__INPUT DATA__.
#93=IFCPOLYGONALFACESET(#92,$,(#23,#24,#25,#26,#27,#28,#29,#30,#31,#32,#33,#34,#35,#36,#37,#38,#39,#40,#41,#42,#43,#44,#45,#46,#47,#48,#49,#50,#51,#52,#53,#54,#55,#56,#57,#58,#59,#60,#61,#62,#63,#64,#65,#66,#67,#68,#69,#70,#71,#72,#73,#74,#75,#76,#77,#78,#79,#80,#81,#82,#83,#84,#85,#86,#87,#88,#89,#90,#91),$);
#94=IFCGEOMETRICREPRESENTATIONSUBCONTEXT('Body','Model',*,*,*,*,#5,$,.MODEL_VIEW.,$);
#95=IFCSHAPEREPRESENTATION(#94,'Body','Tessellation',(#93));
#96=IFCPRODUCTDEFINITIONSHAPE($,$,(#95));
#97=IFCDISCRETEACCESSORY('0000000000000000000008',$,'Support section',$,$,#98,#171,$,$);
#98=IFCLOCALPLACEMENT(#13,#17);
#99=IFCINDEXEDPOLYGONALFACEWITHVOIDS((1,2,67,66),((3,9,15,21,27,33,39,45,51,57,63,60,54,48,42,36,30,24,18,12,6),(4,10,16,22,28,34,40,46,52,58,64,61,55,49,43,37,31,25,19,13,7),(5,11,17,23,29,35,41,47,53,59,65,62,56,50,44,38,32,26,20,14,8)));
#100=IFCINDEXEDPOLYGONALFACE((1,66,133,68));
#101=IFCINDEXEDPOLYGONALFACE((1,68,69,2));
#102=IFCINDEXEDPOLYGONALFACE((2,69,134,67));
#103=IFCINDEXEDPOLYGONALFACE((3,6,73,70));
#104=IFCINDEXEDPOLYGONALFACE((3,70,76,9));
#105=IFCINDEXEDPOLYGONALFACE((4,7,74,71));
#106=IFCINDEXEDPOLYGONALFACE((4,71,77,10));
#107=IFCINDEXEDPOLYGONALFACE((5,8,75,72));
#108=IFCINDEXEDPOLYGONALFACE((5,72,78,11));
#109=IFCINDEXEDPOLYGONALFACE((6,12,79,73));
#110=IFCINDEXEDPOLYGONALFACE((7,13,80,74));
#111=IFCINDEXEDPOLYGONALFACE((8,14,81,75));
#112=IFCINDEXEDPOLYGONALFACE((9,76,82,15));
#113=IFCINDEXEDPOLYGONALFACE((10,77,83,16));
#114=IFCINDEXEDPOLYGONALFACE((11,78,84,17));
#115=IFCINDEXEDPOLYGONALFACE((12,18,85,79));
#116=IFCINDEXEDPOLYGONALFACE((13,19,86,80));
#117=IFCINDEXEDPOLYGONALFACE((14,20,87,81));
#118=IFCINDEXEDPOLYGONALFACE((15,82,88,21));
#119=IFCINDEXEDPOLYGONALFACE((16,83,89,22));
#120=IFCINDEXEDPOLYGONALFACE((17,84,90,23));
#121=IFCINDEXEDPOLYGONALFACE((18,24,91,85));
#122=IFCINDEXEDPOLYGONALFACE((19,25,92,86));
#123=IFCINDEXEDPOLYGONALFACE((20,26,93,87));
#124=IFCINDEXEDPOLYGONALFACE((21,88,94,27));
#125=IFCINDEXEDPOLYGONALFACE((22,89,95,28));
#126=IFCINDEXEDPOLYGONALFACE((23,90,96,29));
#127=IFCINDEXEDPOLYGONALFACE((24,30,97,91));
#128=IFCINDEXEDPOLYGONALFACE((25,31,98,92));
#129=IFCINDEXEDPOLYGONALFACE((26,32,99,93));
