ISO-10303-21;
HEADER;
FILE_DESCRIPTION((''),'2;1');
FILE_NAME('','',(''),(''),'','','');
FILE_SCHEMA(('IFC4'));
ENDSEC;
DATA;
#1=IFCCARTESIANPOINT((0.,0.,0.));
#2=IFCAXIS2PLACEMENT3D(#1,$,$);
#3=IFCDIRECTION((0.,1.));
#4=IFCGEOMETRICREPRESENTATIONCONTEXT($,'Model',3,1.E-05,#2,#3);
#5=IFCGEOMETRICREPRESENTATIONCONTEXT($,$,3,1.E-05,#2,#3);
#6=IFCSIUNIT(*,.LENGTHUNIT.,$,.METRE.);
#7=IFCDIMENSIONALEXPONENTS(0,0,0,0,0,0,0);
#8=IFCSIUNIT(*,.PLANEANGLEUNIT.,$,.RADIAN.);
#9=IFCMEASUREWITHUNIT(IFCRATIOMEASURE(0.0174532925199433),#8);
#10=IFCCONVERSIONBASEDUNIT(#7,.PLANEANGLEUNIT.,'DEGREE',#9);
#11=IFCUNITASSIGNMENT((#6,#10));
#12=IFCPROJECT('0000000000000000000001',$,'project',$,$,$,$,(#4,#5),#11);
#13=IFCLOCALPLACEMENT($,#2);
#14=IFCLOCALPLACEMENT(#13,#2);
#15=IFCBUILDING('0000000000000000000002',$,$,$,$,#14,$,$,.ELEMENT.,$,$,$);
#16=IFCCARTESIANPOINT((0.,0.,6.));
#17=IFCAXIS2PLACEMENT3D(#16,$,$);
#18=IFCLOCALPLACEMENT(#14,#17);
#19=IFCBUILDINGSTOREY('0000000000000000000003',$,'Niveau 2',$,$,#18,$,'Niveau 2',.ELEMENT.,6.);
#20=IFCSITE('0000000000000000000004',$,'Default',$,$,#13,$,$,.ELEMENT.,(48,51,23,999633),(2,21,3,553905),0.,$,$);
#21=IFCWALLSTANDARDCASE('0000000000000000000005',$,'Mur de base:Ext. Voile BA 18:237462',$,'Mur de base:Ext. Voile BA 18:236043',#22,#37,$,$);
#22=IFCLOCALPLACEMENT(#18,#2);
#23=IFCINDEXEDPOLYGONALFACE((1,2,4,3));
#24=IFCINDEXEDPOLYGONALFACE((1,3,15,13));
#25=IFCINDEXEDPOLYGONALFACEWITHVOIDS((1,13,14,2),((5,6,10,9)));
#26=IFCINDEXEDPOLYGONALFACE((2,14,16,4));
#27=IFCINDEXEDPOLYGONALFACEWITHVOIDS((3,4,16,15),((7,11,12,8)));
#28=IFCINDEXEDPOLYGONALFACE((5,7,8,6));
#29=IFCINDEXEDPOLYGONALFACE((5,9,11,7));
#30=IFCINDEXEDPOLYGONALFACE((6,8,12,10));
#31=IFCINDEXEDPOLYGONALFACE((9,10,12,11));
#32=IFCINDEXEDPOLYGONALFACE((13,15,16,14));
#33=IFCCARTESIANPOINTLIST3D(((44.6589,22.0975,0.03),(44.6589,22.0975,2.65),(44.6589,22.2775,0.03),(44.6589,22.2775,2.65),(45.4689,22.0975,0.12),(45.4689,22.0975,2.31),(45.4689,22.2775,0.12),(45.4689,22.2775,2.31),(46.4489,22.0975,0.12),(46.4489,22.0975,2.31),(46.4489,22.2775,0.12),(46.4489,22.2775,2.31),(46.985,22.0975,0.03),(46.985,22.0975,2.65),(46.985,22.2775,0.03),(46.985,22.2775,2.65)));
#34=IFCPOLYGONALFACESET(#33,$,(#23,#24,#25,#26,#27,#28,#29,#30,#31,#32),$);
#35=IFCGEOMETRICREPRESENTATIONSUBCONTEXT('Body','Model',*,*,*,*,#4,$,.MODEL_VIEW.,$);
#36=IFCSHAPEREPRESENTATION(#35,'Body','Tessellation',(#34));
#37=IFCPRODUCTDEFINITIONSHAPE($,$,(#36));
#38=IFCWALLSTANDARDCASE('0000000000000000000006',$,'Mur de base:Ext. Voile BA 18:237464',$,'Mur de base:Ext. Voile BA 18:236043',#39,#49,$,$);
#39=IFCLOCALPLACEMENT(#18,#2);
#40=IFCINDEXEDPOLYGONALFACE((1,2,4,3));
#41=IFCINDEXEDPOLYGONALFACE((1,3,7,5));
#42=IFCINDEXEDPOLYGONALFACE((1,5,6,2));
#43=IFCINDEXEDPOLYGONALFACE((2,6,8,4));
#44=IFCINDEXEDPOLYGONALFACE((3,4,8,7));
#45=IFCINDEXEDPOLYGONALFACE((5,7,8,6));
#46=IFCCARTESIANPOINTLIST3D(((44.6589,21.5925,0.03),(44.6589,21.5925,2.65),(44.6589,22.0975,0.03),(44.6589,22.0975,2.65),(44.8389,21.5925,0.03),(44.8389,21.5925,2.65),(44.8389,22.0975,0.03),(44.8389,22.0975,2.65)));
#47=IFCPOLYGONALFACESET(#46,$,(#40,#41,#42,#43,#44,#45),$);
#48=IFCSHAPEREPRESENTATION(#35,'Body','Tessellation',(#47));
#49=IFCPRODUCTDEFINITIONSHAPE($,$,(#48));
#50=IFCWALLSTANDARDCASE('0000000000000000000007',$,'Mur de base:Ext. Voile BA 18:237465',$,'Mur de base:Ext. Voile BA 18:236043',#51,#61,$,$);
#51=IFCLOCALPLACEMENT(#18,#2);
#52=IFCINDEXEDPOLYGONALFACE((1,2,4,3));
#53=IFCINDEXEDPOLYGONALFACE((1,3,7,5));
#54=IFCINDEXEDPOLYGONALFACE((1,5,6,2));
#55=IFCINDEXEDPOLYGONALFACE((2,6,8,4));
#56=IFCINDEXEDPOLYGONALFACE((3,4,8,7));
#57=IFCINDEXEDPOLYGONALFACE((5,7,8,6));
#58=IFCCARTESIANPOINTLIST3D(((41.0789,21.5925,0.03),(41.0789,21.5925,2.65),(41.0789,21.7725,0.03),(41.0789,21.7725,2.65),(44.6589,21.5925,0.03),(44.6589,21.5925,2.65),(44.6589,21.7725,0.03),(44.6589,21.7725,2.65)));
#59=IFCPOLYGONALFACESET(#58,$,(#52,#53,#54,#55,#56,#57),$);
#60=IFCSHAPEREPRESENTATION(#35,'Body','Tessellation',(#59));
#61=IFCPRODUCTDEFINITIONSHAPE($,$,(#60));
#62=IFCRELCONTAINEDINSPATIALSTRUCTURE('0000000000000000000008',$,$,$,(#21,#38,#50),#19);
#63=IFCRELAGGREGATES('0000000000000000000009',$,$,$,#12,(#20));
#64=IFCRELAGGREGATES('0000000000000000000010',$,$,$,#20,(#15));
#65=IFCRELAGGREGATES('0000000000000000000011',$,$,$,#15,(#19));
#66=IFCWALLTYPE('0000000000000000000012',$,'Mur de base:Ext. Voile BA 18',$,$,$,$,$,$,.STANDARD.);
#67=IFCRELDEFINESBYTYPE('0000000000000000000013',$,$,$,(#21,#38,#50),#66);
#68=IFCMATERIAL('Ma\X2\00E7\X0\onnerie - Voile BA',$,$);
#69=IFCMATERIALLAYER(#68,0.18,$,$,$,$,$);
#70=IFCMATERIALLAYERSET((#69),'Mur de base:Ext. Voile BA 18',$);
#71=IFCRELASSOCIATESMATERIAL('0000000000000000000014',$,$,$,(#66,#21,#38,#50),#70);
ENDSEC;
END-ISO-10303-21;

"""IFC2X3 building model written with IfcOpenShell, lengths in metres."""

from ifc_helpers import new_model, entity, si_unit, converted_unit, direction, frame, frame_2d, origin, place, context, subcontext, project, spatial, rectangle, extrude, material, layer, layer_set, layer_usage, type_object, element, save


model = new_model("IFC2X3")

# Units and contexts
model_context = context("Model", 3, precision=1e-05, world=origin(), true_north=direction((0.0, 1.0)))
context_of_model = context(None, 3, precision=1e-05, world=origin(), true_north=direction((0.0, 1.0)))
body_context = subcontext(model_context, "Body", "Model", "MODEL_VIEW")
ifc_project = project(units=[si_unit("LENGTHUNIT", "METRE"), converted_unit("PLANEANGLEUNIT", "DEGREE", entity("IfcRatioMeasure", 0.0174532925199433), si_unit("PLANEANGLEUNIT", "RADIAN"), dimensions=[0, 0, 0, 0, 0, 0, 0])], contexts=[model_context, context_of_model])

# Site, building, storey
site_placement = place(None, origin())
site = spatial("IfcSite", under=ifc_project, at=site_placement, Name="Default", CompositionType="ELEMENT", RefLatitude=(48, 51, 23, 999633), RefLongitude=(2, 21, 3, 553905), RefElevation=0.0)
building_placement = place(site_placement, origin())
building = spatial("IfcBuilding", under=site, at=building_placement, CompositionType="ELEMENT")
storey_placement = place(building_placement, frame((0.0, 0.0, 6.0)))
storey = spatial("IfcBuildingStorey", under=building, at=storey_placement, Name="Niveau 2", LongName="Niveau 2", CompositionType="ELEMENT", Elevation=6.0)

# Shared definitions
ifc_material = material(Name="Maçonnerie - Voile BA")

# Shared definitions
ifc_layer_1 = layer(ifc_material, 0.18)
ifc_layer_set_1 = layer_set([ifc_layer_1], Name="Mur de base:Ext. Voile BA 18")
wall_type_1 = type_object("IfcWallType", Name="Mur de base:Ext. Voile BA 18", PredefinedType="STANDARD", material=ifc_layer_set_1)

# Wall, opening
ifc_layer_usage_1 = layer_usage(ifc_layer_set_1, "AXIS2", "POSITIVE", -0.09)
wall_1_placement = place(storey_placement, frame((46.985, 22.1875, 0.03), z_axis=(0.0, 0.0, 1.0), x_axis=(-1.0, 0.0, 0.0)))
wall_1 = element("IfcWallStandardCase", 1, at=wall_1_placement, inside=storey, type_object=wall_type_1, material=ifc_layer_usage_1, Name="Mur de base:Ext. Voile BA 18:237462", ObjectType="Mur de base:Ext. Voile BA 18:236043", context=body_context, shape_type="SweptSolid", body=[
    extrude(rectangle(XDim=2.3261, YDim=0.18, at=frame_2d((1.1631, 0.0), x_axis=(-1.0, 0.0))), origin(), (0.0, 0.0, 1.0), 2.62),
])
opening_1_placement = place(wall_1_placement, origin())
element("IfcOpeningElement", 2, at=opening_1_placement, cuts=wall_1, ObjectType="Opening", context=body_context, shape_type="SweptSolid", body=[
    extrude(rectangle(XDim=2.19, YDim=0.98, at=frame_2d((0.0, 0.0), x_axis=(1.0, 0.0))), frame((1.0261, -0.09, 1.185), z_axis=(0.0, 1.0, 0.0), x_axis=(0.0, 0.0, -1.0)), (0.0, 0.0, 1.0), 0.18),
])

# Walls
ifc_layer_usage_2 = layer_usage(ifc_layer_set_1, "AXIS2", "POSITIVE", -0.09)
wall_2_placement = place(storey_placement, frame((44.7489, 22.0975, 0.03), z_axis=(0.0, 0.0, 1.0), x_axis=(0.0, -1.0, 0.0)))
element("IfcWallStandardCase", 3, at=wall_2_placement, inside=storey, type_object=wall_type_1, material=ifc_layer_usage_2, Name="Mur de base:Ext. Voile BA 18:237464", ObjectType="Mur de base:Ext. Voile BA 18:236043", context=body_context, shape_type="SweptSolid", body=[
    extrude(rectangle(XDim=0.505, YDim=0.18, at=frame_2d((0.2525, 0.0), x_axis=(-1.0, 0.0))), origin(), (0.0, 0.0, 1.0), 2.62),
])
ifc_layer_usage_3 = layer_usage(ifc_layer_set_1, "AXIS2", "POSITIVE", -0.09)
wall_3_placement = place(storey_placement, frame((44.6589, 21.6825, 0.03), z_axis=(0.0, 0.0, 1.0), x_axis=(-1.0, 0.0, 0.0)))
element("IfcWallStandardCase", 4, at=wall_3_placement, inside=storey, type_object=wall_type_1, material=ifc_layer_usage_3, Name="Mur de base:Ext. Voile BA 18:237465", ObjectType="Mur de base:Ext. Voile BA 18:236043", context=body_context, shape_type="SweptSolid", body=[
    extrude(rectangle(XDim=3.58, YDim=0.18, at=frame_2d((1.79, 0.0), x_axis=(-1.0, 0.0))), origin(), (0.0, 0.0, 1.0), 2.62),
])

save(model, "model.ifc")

__WHAT YOU HAVE TO DO__.
Only one stretch of the data above is needed. Restate it word for word, from the line containing "#23=IFCINDEXEDPOLYGONALFACE((1,2,4,3));" through the line containing "#48=IFCSHAPEREPRESENTATION(#35,'Body','Tessellation',(#47));", both ends included.

__SOLUTION__.
#23=IFCINDEXEDPOLYGONALFACE((1,2,4,3));
#24=IFCINDEXEDPOLYGONALFACE((1,3,15,13));
#25=IFCINDEXEDPOLYGONALFACEWITHVOIDS((1,13,14,2),((5,6,10,9)));
#26=IFCINDEXEDPOLYGONALFACE((2,14,16,4));
#27=IFCINDEXEDPOLYGONALFACEWITHVOIDS((3,4,16,15),((7,11,12,8)));
#28=IFCINDEXEDPOLYGONALFACE((5,7,8,6));
#29=IFCINDEXEDPOLYGONALFACE((5,9,11,7));
#30=IFCINDEXEDPOLYGONALFACE((6,8,12,10));
#31=IFCINDEXEDPOLYGONALFACE((9,10,12,11));
#32=IFCINDEXEDPOLYGONALFACE((13,15,16,14));
#33=IFCCARTESIANPOINTLIST3D(((44.6589,22.0975,0.03),(44.6589,22.0975,2.65),(44.6589,22.2775,0.03),(44.6589,22.2775,2.65),(45.4689,22.0975,0.12),(45.4689,22.0975,2.31),(45.4689,22.2775,0.12),(45.4689,22.2775,2.31),(46.4489,22.0975,0.12),(46.4489,22.0975,2.31),(46.4489,22.2775,0.12),(46.4489,22.2775,2.31),(46.985,22.0975,0.03),(46.985,22.0975,2.65),(46.985,22.2775,0.03),(46.985,22.2775,2.65)));
#34=IFCPOLYGONALFACESET(#33,$,(#23,#24,#25,#26,#27,#28,#29,#30,#31,#32),$);
#35=IFCGEOMETRICREPRESENTATIONSUBCONTEXT('Body','Model',*,*,*,*,#4,$,.MODEL_VIEW.,$);
#36=IFCSHAPEREPRESENTATION(#35,'Body','Tessellation',(#34));
#37=IFCPRODUCTDEFINITIONSHAPE($,$,(#36));
#38=IFCWALLSTANDARDCASE('0000000000000000000006',$,'Mur de base:Ext. Voile BA 18:237464',$,'Mur de base:Ext. Voile BA 18:236043',#39,#49,$,$);
#39=IFCLOCALPLACEMENT(#18,#2);
#40=IFCINDEXEDPOLYGONALFACE((1,2,4,3));
#41=IFCINDEXEDPOLYGONALFACE((1,3,7,5));
#42=IFCINDEXEDPOLYGONALFACE((1,5,6,2));
#43=IFCINDEXEDPOLYGONALFACE((2,6,8,4));
#44=IFCINDEXEDPOLYGONALFACE((3,4,8,7));
#45=IFCINDEXEDPOLYGONALFACE((5,7,8,6));
#46=IFCCARTESIANPOINTLIST3D(((44.6589,21.5925,0.03),(44.6589,21.5925,2.65),(44.6589,22.0975,0.03),(44.6589,22.0975,2.65),(44.8389,21.5925,0.03),(44.8389,21.5925,2.65),(44.8389,22.0975,0.03),(44.8389,22.0975,2.65)));
#47=IFCPOLYGONALFACESET(#46,$,(#40,#41,#42,#43,#44,#45),$);
#48=IFCSHAPEREPRESENTATION(#35,'Body','Tessellation',(#47));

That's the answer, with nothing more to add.